**Exercise objective:** Exact reproduction of the following data is required.

**Extracted information:**

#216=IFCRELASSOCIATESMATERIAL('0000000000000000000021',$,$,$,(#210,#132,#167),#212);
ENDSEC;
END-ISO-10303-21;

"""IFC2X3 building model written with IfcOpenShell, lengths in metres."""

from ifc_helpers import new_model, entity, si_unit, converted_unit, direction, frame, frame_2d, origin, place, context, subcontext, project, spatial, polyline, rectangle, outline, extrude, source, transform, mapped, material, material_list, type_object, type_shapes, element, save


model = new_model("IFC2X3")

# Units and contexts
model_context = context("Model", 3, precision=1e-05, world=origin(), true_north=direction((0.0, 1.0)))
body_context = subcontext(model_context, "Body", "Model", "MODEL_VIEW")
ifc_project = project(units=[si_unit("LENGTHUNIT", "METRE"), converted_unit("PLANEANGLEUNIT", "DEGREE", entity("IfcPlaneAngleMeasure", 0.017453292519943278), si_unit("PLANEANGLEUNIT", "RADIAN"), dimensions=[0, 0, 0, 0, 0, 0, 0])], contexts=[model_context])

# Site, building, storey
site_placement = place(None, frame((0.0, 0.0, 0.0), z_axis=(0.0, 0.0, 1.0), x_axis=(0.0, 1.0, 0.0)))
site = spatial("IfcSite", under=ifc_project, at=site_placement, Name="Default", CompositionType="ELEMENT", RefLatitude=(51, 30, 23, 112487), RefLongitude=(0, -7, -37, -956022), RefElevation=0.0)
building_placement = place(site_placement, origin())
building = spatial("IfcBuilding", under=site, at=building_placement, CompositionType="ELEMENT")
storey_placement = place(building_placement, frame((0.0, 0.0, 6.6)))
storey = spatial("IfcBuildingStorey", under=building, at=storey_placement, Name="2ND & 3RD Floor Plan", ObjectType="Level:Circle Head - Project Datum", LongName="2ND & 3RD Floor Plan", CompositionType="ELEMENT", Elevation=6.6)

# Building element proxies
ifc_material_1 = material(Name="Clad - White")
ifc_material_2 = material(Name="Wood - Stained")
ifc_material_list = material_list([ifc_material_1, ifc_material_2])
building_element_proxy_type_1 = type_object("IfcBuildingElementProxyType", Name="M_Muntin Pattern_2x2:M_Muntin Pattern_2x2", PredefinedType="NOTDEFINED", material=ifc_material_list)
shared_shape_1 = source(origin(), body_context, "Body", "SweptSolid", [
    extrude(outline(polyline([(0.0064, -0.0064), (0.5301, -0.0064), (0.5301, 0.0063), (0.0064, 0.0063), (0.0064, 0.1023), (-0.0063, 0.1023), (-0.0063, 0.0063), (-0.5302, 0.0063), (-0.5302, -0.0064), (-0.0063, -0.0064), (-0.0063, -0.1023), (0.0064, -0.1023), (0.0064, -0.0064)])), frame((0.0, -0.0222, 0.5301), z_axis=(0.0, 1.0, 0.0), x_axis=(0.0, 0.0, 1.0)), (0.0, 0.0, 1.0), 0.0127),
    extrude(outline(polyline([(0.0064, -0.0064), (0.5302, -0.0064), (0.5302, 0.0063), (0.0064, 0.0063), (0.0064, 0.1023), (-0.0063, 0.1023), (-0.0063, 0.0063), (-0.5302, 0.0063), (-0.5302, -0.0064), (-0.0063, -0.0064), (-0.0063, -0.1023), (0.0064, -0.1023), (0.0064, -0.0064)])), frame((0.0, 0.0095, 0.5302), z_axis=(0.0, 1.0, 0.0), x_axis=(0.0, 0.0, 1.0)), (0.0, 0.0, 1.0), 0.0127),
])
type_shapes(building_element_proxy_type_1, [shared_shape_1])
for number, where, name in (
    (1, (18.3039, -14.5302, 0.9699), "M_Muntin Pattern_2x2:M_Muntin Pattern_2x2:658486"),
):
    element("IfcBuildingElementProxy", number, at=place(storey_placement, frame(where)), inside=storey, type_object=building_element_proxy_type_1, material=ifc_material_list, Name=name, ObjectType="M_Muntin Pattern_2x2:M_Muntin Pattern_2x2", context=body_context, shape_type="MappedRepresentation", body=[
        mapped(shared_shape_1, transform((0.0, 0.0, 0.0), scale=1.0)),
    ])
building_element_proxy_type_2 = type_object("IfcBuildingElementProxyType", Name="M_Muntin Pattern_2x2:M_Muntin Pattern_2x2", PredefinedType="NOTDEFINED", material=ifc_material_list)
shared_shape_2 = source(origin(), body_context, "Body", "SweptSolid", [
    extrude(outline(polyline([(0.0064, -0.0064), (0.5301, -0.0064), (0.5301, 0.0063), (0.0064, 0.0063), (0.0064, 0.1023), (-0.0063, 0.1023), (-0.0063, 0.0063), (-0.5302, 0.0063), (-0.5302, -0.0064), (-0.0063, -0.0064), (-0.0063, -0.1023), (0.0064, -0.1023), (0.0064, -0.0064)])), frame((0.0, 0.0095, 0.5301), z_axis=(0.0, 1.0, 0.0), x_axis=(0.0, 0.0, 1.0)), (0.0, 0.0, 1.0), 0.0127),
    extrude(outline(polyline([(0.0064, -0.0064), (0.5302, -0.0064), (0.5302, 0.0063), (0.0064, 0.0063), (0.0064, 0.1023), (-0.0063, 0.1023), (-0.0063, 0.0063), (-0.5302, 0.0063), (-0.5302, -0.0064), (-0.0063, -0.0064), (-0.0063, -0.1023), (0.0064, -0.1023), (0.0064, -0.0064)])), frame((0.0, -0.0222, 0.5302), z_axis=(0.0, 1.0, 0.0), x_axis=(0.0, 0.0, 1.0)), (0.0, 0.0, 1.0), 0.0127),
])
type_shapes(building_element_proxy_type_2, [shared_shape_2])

**Answer to this task:**
#216=IFCRELASSOCIATESMATERIAL('0000000000000000000021',$,$,$,(#210,#132,#167),#212);
ENDSEC;
END-ISO-10303-21;

"""IFC2X3 building model written with IfcOpenShell, lengths in metres."""

from ifc_helpers import new_model, entity, si_unit, converted_unit, direction, frame, frame_2d, origin, place, context, subcontext, project, spatial, polyline, rectangle, outline, extrude, source, transform, mapped, material, material_list, type_object, type_shapes, element, save


model = new_model("IFC2X3")

# Units and contexts
model_context = context("Model", 3, precision=1e-05, world=origin(), true_north=direction((0.0, 1.0)))
body_context = subcontext(model_context, "Body", "Model", "MODEL_VIEW")
ifc_project = project(units=[si_unit("LENGTHUNIT", "METRE"), converted_unit("PLANEANGLEUNIT", "DEGREE", entity("IfcPlaneAngleMeasure", 0.017453292519943278), si_unit("PLANEANGLEUNIT", "RADIAN"), dimensions=[0, 0, 0, 0, 0, 0, 0])], contexts=[model_context])

# Site, building, storey
site_placement = place(None, frame((0.0, 0.0, 0.0), z_axis=(0.0, 0.0, 1.0), x_axis=(0.0, 1.0, 0.0)))
site = spatial("IfcSite", under=ifc_project, at=site_placement, Name="Default", CompositionType="ELEMENT", RefLatitude=(51, 30, 23, 112487), RefLongitude=(0, -7, -37, -956022), RefElevation=0.0)
building_placement = place(site_placement, origin())
building = spatial("IfcBuilding", under=site, at=building_placement, CompositionType="ELEMENT")
storey_placement = place(building_placement, frame((0.0, 0.0, 6.6)))
storey = spatial("IfcBuildingStorey", under=building, at=storey_placement, Name="2ND & 3RD Floor Plan", ObjectType="Level:Circle Head - Project Datum", LongName="2ND & 3RD Floor Plan", CompositionType="ELEMENT", Elevation=6.6)

# Building element proxies
ifc_material_1 = material(Name="Clad - White")
ifc_material_2 = material(Name="Wood - Stained")
ifc_material_list = material_list([ifc_material_1, ifc_material_2])
building_element_proxy_type_1 = type_object("IfcBuildingElementProxyType", Name="M_Muntin Pattern_2x2:M_Muntin Pattern_2x2", PredefinedType="NOTDEFINED", material=ifc_material_list)
shared_shape_1 = source(origin(), body_context, "Body", "SweptSolid", [
    extrude(outline(polyline([(0.0064, -0.0064), (0.5301, -0.0064), (0.5301, 0.0063), (0.0064, 0.0063), (0.0064, 0.1023), (-0.0063, 0.1023), (-0.0063, 0.0063), (-0.5302, 0.0063), (-0.5302, -0.0064), (-0.0063, -0.0064), (-0.0063, -0.1023), (0.0064, -0.1023), (0.0064, -0.0064)])), frame((0.0, -0.0222, 0.5301), z_axis=(0.0, 1.0, 0.0), x_axis=(0.0, 0.0, 1.0)), (0.0, 0.0, 1.0), 0.0127),
    extrude(outline(polyline([(0.0064, -0.0064), (0.5302, -0.0064), (0.5302, 0.0063), (0.0064, 0.0063), (0.0064, 0.1023), (-0.0063, 0.1023), (-0.0063, 0.0063), (-0.5302, 0.0063), (-0.5302, -0.0064), (-0.0063, -0.0064), (-0.0063, -0.1023), (0.0064, -0.1023), (0.0064, -0.0064)])), frame((0.0, 0.0095, 0.5302), z_axis=(0.0, 1.0, 0.0), x_axis=(0.0, 0.0, 1.0)), (0.0, 0.0, 1.0), 0.0127),
])
type_shapes(building_element_proxy_type_1, [shared_shape_1])
for number, where, name in (
    (1, (18.3039, -14.5302, 0.9699), "M_Muntin Pattern_2x2:M_Muntin Pattern_2x2:658486"),
):
    element("IfcBuildingElementProxy", number, at=place(storey_placement, frame(where)), inside=storey, type_object=building_element_proxy_type_1, material=ifc_material_list, Name=name, ObjectType="M_Muntin Pattern_2x2:M_Muntin Pattern_2x2", context=body_context, shape_type="MappedRepresentation", body=[
        mapped(shared_shape_1, transform((0.0, 0.0, 0.0), scale=1.0)),
    ])
building_element_proxy_type_2 = type_object("IfcBuildingElementProxyType", Name="M_Muntin Pattern_2x2:M_Muntin Pattern_2x2", PredefinedType="NOTDEFINED", material=ifc_material_list)
shared_shape_2 = source(origin(), body_context, "Body", "SweptSolid", [
    extrude(outline(polyline([(0.0064, -0.0064), (0.5301, -0.0064), (0.5301, 0.0063), (0.0064, 0.0063), (0.0064, 0.1023), (-0.0063, 0.1023), (-0.0063, 0.0063), (-0.5302, 0.0063), (-0.5302, -0.0064), (-0.0063, -0.0064), (-0.0063, -0.1023), (0.0064, -0.1023), (0.0064, -0.0064)])), frame((0.0, 0.0095, 0.5301), z_axis=(0.0, 1.0, 0.0), x_axis=(0.0, 0.0, 1.0)), (0.0, 0.0, 1.0), 0.0127),
    extrude(outline(polyline([(0.0064, -0.0064), (0.5302, -0.0064), (0.5302, 0.0063), (0.0064, 0.0063), (0.0064, 0.1023), (-0.0063, 0.1023), (-0.0063, 0.0063), (-0.5302, 0.0063), (-0.5302, -0.0064), (-0.0063, -0.0064), (-0.0063, -0.1023), (0.0064, -0.1023), (0.0064, -0.0064)])), frame((0.0, -0.0222, 0.5302), z_axis=(0.0, 1.0, 0.0), x_axis=(0.0, 0.0, 1.0)), (0.0, 0.0, 1.0), 0.0127),
])
type_shapes(building_element_proxy_type_2, [shared_shape_2])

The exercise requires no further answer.